**What is required:** Report all lines of the records that contain "Body".

Stored items from a collection
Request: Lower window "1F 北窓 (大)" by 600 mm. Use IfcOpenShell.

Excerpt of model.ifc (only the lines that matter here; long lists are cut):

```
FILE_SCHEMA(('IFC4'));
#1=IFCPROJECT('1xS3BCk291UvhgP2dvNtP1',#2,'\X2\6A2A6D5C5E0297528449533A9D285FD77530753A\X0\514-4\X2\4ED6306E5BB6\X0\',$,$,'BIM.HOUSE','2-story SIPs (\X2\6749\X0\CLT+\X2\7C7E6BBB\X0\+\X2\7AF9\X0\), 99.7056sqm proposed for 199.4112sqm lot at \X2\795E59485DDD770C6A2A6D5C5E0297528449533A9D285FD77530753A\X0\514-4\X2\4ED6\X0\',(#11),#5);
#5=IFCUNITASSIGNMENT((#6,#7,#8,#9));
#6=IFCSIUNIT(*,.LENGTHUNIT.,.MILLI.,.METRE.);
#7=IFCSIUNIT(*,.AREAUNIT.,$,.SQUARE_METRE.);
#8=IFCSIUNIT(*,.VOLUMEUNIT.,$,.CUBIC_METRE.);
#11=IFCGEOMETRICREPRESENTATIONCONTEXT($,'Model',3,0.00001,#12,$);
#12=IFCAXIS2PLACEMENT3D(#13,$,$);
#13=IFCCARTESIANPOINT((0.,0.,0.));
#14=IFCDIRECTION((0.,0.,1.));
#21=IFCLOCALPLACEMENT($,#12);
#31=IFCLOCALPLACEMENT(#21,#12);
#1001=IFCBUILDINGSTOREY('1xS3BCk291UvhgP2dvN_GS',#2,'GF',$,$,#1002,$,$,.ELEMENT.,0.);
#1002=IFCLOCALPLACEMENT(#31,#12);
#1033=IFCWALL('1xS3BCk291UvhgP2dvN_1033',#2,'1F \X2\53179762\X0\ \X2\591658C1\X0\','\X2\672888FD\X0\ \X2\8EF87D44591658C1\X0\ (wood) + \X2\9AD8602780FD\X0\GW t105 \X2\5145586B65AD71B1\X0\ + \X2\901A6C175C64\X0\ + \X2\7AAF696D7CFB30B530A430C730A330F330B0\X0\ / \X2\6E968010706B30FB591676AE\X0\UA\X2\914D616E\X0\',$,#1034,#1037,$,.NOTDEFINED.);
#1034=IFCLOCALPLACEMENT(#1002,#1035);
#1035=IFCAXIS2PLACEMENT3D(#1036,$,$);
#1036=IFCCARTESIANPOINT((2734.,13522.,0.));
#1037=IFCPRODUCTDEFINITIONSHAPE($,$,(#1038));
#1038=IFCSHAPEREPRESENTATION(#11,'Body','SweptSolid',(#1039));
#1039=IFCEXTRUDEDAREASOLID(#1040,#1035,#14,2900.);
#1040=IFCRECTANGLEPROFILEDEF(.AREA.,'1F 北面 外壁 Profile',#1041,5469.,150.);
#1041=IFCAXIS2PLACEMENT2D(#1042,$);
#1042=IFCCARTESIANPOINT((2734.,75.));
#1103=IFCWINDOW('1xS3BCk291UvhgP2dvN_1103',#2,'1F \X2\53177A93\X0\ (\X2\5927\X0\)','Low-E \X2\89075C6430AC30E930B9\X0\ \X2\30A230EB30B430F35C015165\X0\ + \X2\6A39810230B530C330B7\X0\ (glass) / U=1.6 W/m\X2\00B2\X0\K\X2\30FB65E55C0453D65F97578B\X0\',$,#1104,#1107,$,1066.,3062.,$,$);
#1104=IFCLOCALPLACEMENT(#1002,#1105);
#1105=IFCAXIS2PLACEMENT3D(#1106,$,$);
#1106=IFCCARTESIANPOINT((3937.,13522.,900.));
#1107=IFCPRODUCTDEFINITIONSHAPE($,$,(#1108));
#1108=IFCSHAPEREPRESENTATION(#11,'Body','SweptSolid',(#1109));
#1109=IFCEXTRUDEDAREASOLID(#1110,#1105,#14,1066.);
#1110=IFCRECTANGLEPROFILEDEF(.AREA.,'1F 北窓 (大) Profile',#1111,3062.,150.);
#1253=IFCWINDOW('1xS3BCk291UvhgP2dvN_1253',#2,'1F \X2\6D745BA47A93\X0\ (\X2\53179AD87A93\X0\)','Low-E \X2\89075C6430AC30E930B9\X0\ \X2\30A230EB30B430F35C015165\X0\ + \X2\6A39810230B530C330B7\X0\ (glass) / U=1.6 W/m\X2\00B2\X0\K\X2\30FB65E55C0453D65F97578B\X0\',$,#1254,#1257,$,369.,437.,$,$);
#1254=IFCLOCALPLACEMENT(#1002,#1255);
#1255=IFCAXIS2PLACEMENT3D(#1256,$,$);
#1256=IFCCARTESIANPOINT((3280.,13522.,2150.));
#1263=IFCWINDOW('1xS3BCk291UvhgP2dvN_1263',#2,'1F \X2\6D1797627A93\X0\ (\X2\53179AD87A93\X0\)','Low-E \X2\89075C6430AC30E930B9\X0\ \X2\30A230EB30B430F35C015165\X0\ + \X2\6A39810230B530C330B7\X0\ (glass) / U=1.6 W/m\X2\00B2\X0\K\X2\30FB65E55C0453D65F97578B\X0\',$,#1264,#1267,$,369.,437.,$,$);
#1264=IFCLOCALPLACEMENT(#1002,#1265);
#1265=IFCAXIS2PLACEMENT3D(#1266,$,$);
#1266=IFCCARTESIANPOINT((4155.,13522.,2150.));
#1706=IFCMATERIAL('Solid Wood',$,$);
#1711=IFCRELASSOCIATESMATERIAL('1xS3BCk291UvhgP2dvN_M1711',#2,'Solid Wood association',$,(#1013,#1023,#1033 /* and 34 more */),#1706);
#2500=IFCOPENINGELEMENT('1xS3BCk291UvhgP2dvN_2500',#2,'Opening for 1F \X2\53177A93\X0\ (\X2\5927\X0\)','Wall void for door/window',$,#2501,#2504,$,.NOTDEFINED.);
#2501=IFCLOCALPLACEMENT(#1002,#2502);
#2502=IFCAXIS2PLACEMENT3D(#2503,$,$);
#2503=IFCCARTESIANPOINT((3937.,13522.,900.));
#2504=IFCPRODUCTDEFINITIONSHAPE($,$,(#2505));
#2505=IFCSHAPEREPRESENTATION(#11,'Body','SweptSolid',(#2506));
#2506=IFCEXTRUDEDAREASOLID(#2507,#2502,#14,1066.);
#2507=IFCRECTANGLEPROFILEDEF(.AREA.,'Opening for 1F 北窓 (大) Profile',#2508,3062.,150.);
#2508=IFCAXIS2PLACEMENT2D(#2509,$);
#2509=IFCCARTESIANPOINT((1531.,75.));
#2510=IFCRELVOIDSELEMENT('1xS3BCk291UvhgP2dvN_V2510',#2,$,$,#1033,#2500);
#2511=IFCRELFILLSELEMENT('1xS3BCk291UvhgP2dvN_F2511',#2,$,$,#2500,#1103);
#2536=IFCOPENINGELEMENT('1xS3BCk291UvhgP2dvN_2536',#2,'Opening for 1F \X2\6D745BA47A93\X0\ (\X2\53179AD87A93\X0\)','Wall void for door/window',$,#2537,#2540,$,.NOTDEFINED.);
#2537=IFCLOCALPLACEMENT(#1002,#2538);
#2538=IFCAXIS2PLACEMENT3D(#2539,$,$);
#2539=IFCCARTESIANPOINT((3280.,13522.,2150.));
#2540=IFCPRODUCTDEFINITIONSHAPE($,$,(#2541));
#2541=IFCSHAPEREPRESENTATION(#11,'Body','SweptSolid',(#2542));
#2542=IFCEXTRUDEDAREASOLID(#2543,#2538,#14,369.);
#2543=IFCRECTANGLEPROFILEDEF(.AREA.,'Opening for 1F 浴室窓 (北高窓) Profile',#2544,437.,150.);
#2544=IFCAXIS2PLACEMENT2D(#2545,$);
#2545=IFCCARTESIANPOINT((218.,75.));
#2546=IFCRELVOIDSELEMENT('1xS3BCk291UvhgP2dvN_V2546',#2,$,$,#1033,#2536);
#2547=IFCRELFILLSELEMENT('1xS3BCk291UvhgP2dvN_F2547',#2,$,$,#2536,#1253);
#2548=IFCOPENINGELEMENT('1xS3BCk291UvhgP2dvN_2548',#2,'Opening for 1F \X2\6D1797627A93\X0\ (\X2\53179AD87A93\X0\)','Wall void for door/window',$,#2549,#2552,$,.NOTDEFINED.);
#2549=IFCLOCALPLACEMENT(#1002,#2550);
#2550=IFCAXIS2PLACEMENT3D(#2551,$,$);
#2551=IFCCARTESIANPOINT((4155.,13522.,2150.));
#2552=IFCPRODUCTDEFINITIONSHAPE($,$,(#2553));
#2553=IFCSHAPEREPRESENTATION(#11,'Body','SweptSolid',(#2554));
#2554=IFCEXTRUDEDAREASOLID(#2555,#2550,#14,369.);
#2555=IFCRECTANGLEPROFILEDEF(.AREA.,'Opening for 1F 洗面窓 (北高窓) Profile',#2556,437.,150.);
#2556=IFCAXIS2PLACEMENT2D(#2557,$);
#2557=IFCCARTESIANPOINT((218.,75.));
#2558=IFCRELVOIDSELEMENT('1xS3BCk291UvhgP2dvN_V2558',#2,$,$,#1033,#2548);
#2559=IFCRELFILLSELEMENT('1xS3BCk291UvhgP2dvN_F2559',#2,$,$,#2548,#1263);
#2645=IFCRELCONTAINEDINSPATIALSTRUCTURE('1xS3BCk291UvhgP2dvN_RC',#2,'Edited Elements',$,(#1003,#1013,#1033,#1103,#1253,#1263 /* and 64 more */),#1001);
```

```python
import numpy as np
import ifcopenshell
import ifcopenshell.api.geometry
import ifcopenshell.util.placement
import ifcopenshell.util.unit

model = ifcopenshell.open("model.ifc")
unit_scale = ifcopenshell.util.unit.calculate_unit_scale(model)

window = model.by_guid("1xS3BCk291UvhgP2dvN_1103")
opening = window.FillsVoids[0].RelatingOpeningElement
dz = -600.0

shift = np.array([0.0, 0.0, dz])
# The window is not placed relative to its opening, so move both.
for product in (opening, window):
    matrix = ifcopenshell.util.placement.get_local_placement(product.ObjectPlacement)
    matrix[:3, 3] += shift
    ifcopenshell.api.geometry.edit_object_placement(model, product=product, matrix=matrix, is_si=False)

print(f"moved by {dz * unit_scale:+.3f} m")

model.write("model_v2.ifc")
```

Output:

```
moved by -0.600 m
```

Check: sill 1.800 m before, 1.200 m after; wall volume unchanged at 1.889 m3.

**Task response:**
#1038=IFCSHAPEREPRESENTATION(#11,'Body','SweptSolid',(#1039));
#1108=IFCSHAPEREPRESENTATION(#11,'Body','SweptSolid',(#1109));
#2505=IFCSHAPEREPRESENTATION(#11,'Body','SweptSolid',(#2506));
#2541=IFCSHAPEREPRESENTATION(#11,'Body','SweptSolid',(#2542));
#2553=IFCSHAPEREPRESENTATION(#11,'Body','SweptSolid',(#2554));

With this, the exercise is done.